Claim Check: Chris Murphy’s Buy-American Initiatives

by Categorized: Claim Check, Employment, Finance, Politics Date:

Since heading to Washington 5 1/2 years ago, U.S. Rep Chris Murphy has made a name for himself trying to strengthen laws favoring U.S. manufacturers over foreign competitors in federal procurement decisions. “Buy American” is frequently described as Murphy’s signature issue – and, not surprisingly, it has featured prominently in his political campaigns, showing up in ads for his 2010 re-election bid, and more recently in his quest to step up to the U.S. Senate.

But persistence  is not the same as tangible, on-the-books success, and Murphy’s latest ad, while technically accurate, sidesteps the fact that his buy-American efforts have yet to yield concrete changes in federal rules on purchasing decisions.

The ad, “George and Marc,” features two factory owners, George Dewey of J. Dewey Manufacturing in Oxford and Marc Nemeth of Jonal Laboratories in Meriden.  “I run a factory here in Connecticut,” Dewey says. And later he adds: “When I needed help I went to Chris.”

Nemeth chimes in that “no one in Washington fights harder for Connecticut jobs than Chris Murphy.”

Murphy then takes over the screen, touting his record as two newspaper headlines appear: a July 2011 New Haven Register story titled “U.S. Rep Chris Murphy Seeks to Tighten ‘Buy American Act’” and a May 2012 Courant article with the headline “Buy American Amendment Passes House.”

“When manufacturers told me that our military buys too many parts from overseas,” Murphy tells viewers, “I brought Republicans and Democrats together to start bringing those jobs back.”

That claim is accurate.
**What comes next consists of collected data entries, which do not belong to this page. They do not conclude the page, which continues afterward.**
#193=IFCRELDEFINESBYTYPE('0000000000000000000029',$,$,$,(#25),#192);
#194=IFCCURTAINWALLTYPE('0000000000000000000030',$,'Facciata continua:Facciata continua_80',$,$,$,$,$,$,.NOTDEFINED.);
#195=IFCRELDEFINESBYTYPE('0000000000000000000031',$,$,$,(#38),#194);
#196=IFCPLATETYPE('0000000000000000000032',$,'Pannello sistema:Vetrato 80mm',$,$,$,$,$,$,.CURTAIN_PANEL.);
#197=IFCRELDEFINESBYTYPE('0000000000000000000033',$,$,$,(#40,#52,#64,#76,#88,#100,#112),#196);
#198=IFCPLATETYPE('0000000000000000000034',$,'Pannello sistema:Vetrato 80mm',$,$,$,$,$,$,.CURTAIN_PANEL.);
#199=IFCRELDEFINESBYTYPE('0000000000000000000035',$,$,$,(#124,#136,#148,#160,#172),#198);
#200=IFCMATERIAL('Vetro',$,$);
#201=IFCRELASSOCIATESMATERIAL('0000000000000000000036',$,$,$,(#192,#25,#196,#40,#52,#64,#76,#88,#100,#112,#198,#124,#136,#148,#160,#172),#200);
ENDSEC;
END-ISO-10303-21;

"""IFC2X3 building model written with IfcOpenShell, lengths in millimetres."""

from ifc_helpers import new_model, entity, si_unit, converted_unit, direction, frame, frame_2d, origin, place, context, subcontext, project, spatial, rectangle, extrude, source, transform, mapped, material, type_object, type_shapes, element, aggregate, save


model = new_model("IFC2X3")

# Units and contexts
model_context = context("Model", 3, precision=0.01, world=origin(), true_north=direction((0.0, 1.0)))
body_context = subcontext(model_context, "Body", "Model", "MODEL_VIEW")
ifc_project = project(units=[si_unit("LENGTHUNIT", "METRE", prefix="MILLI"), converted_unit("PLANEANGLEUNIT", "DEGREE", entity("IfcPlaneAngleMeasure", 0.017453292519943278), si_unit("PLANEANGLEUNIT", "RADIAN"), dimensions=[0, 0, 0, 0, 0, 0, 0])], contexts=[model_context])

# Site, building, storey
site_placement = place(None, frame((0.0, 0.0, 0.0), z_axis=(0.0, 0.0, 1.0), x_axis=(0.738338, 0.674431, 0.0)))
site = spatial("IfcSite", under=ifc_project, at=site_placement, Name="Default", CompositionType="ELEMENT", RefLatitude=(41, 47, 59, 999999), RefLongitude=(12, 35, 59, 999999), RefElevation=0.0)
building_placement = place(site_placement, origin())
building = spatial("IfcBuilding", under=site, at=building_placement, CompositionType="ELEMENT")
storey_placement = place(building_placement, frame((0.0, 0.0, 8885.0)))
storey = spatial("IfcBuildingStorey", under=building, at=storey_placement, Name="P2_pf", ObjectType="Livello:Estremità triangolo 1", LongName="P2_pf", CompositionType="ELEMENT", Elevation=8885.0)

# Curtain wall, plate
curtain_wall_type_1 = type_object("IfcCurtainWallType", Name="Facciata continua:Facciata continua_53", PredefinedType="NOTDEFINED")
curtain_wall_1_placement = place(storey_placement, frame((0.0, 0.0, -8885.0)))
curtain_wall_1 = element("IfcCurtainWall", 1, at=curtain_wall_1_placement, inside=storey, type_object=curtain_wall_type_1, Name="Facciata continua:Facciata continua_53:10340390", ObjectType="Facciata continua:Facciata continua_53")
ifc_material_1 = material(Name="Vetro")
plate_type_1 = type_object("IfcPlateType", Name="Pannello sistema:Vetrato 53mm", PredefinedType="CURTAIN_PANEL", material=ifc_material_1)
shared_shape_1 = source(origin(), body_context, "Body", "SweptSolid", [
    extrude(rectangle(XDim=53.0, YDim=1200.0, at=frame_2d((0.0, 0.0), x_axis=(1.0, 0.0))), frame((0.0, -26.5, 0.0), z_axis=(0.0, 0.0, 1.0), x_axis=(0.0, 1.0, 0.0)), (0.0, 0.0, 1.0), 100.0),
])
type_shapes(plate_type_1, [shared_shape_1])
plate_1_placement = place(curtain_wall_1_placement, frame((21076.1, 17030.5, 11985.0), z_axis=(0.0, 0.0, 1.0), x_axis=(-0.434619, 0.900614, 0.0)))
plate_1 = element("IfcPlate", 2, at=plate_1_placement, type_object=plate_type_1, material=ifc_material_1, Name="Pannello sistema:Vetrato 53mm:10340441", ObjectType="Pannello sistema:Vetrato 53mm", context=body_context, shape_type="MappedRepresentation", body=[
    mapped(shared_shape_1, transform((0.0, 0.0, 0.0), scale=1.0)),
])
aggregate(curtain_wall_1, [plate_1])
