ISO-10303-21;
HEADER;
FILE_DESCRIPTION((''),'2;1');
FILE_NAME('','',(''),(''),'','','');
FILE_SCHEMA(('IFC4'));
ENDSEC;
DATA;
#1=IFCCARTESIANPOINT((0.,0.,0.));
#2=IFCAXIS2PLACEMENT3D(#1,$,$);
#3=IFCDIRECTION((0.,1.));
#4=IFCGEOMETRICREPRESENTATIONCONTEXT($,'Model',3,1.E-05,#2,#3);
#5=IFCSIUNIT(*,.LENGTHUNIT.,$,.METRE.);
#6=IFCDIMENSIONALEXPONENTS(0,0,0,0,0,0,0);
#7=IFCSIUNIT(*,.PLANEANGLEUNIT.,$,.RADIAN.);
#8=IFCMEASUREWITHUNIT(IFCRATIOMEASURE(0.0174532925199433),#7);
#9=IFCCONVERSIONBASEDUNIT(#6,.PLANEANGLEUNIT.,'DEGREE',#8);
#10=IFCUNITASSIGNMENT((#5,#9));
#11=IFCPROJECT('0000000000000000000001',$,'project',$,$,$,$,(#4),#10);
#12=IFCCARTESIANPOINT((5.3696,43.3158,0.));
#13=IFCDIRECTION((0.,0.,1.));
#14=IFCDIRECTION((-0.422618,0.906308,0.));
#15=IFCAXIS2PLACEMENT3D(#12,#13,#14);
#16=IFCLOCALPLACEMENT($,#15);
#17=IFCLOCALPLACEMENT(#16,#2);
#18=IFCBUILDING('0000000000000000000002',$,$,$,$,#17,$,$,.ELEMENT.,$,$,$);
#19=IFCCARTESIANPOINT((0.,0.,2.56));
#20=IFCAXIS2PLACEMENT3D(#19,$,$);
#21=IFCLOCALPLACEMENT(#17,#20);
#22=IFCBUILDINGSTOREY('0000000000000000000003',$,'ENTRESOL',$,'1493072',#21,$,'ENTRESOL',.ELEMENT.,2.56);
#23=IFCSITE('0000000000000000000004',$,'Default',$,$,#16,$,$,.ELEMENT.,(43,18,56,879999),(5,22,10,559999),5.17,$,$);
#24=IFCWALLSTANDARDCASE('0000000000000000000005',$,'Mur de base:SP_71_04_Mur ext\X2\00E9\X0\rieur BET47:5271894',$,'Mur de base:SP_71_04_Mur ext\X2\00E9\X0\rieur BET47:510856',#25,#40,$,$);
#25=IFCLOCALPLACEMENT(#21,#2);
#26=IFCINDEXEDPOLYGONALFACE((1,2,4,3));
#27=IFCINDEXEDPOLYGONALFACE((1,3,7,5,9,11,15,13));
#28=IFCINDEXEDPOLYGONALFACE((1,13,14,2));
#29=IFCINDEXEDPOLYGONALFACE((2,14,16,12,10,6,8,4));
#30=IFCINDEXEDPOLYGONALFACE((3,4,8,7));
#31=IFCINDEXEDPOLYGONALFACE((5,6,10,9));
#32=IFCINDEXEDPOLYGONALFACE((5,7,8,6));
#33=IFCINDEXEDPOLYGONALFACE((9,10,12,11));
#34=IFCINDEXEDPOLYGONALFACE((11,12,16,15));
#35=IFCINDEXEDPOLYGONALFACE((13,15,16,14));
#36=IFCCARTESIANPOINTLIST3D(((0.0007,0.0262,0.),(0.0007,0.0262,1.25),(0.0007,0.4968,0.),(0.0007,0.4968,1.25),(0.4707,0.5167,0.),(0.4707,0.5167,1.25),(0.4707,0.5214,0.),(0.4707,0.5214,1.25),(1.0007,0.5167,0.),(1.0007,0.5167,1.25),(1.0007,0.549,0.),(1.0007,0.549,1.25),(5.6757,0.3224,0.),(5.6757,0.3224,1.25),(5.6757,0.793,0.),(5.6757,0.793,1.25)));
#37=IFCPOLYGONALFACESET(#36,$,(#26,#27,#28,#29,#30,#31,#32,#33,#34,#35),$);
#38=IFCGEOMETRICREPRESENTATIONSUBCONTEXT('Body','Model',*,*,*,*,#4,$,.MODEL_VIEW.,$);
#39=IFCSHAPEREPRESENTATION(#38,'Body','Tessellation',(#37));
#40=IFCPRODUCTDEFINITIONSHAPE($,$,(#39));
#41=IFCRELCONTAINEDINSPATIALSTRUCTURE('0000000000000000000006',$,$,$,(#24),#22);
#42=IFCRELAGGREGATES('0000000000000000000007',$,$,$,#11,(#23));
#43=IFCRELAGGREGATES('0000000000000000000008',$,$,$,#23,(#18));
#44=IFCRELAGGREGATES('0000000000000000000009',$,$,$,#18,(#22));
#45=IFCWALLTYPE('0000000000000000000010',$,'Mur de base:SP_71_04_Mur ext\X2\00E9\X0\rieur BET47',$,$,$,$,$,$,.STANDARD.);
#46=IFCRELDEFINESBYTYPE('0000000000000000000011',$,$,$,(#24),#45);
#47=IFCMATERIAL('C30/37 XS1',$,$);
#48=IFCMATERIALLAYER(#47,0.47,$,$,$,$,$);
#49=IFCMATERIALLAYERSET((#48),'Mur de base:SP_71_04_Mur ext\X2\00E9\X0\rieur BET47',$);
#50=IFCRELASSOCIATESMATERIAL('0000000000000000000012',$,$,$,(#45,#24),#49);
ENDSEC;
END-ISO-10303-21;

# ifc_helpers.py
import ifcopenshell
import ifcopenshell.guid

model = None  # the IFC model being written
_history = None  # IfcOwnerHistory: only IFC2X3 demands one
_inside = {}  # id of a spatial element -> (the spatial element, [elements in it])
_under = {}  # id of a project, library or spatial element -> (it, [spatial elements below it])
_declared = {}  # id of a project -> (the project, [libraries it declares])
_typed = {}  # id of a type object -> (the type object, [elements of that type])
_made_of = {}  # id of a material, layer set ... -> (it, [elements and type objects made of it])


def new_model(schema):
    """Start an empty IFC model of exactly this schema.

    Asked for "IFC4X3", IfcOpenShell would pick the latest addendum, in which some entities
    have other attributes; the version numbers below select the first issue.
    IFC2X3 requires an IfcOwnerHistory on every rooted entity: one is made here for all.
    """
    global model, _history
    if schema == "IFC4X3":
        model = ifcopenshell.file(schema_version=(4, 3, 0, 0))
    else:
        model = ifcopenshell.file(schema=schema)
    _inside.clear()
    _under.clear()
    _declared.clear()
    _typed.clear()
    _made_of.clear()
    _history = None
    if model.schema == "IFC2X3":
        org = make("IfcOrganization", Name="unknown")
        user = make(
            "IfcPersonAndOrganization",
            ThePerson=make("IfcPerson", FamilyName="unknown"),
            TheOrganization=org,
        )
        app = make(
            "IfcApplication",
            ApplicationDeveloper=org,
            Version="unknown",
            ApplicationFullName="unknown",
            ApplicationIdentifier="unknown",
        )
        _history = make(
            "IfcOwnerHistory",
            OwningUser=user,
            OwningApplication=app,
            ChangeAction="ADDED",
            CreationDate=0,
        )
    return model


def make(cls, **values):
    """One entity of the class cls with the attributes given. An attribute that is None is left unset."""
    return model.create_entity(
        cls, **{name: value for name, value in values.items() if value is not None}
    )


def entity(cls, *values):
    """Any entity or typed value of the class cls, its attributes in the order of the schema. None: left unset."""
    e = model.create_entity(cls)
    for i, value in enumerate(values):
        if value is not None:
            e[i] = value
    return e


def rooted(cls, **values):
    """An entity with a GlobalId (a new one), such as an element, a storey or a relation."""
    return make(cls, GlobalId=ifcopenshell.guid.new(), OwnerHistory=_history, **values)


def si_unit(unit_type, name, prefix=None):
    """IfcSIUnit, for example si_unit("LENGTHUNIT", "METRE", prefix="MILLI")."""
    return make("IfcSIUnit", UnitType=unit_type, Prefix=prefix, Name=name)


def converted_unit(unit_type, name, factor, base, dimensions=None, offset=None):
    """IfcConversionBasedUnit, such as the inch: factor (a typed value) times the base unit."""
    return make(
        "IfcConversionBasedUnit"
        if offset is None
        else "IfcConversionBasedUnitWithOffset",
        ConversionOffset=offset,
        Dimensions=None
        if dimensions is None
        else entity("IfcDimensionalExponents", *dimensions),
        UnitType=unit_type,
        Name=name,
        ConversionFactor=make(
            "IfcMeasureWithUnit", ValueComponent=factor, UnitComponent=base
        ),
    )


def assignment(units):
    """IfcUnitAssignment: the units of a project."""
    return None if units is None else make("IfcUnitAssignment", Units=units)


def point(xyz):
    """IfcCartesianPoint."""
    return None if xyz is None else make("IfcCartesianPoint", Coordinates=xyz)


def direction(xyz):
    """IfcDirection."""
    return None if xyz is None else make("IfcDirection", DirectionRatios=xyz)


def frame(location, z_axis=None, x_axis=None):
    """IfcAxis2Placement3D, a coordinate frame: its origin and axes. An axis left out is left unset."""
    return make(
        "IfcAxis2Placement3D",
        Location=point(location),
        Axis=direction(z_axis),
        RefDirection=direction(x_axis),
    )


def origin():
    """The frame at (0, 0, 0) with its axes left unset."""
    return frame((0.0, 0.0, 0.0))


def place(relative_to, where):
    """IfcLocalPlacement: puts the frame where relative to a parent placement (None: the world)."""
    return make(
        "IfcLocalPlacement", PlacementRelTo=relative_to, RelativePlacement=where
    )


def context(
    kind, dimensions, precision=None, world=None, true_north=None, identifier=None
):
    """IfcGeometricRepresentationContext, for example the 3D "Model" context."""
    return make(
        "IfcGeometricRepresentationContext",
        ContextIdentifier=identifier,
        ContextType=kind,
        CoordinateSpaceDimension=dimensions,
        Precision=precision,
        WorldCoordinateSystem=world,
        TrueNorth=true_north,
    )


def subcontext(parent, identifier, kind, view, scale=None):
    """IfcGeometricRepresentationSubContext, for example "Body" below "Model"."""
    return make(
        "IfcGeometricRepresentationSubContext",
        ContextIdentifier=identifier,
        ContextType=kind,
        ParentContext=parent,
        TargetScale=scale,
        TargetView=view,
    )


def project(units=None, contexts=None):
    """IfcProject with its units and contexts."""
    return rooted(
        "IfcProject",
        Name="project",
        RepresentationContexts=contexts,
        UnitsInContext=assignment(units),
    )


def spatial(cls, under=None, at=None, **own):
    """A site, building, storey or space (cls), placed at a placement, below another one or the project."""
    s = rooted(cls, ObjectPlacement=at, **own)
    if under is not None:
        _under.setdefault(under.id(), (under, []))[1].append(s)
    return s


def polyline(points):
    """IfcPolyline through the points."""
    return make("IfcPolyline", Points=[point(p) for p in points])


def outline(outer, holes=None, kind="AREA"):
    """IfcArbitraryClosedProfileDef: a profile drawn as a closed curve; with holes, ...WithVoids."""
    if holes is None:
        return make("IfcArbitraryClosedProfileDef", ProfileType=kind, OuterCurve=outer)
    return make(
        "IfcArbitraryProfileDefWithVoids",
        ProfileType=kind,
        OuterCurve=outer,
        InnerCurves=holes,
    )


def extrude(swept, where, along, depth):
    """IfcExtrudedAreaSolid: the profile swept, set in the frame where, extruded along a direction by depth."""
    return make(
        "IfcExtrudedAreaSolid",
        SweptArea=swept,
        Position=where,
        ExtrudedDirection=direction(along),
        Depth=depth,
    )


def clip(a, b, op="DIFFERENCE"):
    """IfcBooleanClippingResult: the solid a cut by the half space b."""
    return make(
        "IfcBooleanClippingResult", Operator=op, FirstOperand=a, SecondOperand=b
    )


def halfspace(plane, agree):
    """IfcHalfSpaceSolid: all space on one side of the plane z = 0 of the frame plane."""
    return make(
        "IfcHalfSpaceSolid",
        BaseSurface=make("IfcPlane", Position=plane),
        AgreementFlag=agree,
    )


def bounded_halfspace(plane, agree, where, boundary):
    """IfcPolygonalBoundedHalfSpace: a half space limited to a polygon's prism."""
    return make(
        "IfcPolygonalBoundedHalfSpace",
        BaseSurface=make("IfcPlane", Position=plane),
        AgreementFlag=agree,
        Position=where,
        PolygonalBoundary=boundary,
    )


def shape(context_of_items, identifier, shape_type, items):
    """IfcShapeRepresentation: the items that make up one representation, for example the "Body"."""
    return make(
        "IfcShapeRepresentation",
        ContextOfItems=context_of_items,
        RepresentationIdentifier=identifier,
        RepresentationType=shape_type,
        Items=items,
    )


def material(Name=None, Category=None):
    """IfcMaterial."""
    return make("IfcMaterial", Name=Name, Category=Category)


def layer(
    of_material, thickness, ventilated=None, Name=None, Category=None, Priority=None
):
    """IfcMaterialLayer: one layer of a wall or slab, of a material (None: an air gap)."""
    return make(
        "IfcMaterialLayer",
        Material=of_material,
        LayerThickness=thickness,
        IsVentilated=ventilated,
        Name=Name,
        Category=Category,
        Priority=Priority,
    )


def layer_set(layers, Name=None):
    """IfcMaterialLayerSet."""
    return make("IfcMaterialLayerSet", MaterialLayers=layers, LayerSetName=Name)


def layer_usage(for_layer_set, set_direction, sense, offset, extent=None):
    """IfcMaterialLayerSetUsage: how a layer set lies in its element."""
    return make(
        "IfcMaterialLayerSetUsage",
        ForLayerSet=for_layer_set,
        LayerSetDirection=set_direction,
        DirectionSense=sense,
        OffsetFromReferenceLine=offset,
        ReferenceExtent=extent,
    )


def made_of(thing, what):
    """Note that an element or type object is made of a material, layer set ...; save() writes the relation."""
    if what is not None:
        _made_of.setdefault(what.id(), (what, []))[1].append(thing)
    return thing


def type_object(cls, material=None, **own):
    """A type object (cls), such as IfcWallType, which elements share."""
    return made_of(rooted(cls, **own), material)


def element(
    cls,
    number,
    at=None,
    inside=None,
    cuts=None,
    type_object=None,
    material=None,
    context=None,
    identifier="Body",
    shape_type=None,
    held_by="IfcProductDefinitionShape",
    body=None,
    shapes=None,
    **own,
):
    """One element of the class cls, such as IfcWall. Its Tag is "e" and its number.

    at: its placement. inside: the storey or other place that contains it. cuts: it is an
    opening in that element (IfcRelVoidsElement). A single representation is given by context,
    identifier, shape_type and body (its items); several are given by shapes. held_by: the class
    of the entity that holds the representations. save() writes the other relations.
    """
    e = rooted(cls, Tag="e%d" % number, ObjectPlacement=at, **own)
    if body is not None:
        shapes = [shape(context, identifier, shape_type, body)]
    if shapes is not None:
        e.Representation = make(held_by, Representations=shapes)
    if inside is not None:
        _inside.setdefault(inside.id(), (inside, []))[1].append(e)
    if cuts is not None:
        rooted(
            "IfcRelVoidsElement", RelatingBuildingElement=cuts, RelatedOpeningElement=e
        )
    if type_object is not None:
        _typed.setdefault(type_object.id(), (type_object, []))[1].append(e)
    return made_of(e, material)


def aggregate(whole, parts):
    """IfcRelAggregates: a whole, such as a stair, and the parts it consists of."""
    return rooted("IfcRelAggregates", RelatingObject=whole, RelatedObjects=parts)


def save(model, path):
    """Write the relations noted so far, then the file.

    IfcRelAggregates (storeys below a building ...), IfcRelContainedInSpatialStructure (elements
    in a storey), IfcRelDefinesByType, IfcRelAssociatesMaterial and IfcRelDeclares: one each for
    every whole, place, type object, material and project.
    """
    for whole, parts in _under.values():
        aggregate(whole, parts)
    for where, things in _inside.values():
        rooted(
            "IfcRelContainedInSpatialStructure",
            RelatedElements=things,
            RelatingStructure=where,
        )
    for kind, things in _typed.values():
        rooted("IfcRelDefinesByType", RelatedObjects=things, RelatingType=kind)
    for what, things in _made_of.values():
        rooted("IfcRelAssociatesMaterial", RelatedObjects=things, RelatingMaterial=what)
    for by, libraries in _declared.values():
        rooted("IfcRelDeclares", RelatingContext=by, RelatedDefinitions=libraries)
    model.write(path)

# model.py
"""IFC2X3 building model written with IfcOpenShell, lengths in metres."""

from ifc_helpers import new_model, entity, si_unit, converted_unit, direction, frame, origin, place, context, subcontext, project, spatial, polyline, outline, extrude, clip, halfspace, bounded_halfspace, material, layer, layer_set, layer_usage, type_object, element, save


model = new_model("IFC2X3")

# Units and contexts
model_context = context("Model", 3, precision=1e-05, world=origin(), true_north=direction((0.0, 1.0)))
body_context = subcontext(model_context, "Body", "Model", "MODEL_VIEW")
ifc_project = project(units=[si_unit("LENGTHUNIT", "METRE"), converted_unit("PLANEANGLEUNIT", "DEGREE", entity("IfcRatioMeasure", 0.0174532925199433), si_unit("PLANEANGLEUNIT", "RADIAN"), dimensions=[0, 0, 0, 0, 0, 0, 0])], contexts=[model_context])

# Site, building, storey
site_placement = place(None, frame((5.3696, 43.3158, 0.0), z_axis=(0.0, 0.0, 1.0), x_axis=(-0.422618, 0.906308, 0.0)))
site = spatial("IfcSite", under=ifc_project, at=site_placement, Name="Default", CompositionType="ELEMENT", RefLatitude=(43, 18, 56, 879999), RefLongitude=(5, 22, 10, 559999), RefElevation=5.17)
building_placement = place(site_placement, origin())
building = spatial("IfcBuilding", under=site, at=building_placement, CompositionType="ELEMENT")
storey_placement = place(building_placement, frame((0.0, 0.0, 2.56)))
storey = spatial("IfcBuildingStorey", under=building, at=storey_placement, Name="ENTRESOL", ObjectType="1493072", LongName="ENTRESOL", CompositionType="ELEMENT", Elevation=2.56)

# Shared definitions
ifc_material_1 = material(Name="C30/37 XS1")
Two years ago, Murphy co-founded the bipartisan Buy American Caucus, made up of lawmakers who support strengthening domestic procurement laws. But the word “start” in Murphy’s quote is critical; while the caucus, and Murphy’s broader efforts, may indeed exist for the purpose of “bringing those jobs back,” that has yet to happen, as none of Murphy’s legislative initiatives have made it into law.

The New Haven Register story reports on an amendment Murphy proposed a year ago that would promote the purchase of American-made goods  by the state Department. But that amendment was dropped from the version of the bill that was approved out of committee.

The Hartford Courant headline accurately reports that an amendment introduced by Murphy was part of the Defense Authorization Act that was approved by the House. But the amendment still needs the support of the Senate, and even if approved, may have less impact than many viewers assume.

Murphy’s amendment does not require federal agencies to give preference to American firms, but rather permits those firms to submit a jobs-impact statement telling agencies the number of jobs that would be created or retained if the firm won the contract. If the legislation is approved, agencies would be permitted, but not required, to consider the impact on local jobs when evaluating bids. Still, that may qualify as a “start.”

Murphy has one more piece of buy-American legislation in play. Factory-owner George Dewey’s quote that he contacted Murphy “when I needed help” is a reference to Dewey’s losing a contract with the Transportation Security Administration to a Virginia firm that sources materials from Korea. That prompted Murphy to introduce the Full Disclosure in Federal Contracting Act , which would attempt to crack down on federal agencies’ granting waivers to federal buy-American laws. In the ad, Dewey praises Murphy as someone who “listens, and get things done,” although the bill is still awaiting action by a House committee.

The “George and Marc” ad obscures the status of Murphy’s specific initiatives in a way that may lead some viewers to conclude he has accomplished more than he has. But Murphy can fairly claim credit for promoting the buy-American agenda, and this ad is careful enough in its language to avoid any false statements.

The ad’s failure to acknowledge the preliminary nature of Murphy’s claimed victories keeps it from earning a top grade. But overall, we rate this ad Generally Accurate.